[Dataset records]
● ● ● ●
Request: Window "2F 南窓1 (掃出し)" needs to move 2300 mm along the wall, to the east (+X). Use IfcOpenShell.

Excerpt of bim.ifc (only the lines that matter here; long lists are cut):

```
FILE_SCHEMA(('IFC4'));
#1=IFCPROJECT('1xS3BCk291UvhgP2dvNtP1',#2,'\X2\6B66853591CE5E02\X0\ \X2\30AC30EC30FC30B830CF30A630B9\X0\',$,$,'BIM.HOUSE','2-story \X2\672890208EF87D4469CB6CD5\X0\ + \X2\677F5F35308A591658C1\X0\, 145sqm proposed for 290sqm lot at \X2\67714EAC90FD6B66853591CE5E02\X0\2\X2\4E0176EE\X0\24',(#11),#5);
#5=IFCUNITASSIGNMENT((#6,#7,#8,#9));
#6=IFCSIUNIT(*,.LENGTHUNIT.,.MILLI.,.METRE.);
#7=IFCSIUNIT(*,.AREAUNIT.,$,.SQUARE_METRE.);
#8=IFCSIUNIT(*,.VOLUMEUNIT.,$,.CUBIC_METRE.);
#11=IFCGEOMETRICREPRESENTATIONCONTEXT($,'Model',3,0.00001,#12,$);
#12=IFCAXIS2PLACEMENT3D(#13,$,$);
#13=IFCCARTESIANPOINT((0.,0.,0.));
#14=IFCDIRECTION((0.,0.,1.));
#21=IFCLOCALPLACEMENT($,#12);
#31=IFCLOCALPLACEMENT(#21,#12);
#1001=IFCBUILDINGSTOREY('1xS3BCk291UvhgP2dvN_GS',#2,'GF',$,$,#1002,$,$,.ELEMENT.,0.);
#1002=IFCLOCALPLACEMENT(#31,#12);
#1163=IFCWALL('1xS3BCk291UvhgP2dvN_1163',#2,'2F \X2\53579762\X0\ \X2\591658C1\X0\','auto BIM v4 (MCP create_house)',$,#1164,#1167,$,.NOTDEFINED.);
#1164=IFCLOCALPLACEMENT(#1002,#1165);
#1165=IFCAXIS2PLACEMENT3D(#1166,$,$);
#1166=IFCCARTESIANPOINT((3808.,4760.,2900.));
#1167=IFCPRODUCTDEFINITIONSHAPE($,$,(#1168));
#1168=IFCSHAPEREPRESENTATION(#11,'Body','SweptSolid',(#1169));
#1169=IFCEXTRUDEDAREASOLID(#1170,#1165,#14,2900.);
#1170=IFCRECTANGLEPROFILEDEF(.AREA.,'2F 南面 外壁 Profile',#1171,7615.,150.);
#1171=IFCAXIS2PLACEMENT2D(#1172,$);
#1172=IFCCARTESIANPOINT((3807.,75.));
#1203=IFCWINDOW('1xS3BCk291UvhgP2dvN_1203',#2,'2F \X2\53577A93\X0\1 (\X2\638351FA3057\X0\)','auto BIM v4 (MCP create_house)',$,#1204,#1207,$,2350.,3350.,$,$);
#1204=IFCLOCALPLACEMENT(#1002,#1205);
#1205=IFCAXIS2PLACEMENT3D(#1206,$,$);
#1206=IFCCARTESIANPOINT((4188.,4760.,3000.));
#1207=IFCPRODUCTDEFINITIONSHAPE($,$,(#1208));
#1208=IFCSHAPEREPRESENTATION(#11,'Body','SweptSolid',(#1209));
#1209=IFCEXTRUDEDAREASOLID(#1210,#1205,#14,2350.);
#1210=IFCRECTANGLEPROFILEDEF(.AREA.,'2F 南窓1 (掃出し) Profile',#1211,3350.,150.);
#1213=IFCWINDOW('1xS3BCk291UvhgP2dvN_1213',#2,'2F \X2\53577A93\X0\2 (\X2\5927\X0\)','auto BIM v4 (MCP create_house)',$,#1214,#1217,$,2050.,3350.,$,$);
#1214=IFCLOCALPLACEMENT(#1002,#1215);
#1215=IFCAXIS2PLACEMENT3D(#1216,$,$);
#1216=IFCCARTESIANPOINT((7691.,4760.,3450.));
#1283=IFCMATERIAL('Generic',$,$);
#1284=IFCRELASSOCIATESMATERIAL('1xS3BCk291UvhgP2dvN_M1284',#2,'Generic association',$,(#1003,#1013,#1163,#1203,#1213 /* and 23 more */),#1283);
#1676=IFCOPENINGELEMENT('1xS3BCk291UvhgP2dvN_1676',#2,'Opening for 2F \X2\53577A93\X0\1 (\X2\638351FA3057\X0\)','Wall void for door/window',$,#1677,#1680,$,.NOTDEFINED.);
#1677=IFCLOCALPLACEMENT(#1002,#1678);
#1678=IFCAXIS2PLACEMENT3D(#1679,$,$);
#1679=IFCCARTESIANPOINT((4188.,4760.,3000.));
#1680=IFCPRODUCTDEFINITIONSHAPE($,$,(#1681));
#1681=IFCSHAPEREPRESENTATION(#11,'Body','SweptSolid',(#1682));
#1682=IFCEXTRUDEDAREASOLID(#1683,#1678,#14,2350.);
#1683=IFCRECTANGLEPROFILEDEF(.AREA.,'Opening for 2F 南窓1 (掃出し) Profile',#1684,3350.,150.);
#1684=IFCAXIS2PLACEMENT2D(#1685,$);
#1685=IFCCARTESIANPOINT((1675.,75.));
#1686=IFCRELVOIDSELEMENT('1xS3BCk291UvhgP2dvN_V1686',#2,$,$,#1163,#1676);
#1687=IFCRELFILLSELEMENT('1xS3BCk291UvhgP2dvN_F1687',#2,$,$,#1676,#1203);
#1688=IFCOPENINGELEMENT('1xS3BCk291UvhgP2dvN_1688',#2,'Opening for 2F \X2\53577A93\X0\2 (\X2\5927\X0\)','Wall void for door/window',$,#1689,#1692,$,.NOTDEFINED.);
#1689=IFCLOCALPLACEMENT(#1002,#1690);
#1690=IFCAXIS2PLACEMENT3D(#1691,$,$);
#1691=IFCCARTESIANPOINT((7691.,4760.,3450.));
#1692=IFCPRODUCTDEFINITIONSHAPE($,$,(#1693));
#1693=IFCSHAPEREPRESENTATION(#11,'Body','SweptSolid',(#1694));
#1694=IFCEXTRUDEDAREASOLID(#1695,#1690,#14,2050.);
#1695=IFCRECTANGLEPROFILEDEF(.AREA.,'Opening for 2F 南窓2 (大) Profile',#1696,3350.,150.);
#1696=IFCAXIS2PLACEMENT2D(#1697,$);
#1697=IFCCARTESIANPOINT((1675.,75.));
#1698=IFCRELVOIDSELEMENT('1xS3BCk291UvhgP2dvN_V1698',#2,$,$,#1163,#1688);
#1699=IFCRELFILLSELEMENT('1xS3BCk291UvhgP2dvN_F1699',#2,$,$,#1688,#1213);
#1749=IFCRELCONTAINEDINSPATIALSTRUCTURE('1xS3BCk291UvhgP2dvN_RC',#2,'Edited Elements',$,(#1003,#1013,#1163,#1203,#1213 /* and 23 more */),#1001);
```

```python
import ifcopenshell
import ifcopenshell.api.geometry
import ifcopenshell.util.placement
import ifcopenshell.util.unit

model = ifcopenshell.open("bim.ifc")
unit_scale = ifcopenshell.util.unit.calculate_unit_scale(model)

window = model.by_guid("1xS3BCk291UvhgP2dvN_1203")
opening = window.FillsVoids[0].RelatingOpeningElement
wall = opening.VoidsElements[0].RelatingBuildingElement

wall_matrix = ifcopenshell.util.placement.get_local_placement(wall.ObjectPlacement)
shift = wall_matrix[:3, 0] * 2.3 / unit_scale
before = ifcopenshell.util.placement.get_local_placement(window.ObjectPlacement)[:3, 3].copy()

# The window is not placed relative to its opening, so move both.
for product in (opening, window):
    matrix = ifcopenshell.util.placement.get_local_placement(product.ObjectPlacement)
    matrix[:3, 3] += shift
    ifcopenshell.api.geometry.edit_object_placement(model, product=product, matrix=matrix, is_si=False)

after = ifcopenshell.util.placement.get_local_placement(window.ObjectPlacement)[:3, 3]
print("window moved by", (after - before).round(3) + 0.0)

model.write("bim_updated.ifc")
```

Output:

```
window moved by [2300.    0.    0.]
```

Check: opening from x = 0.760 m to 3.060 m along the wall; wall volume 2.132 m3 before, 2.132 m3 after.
● ● ● ●
Exercise prompt ::
Scan each line of the entries above for the word "IFCSIUNIT" and report how many lines contain it, with nothing else.

Your solution ::
3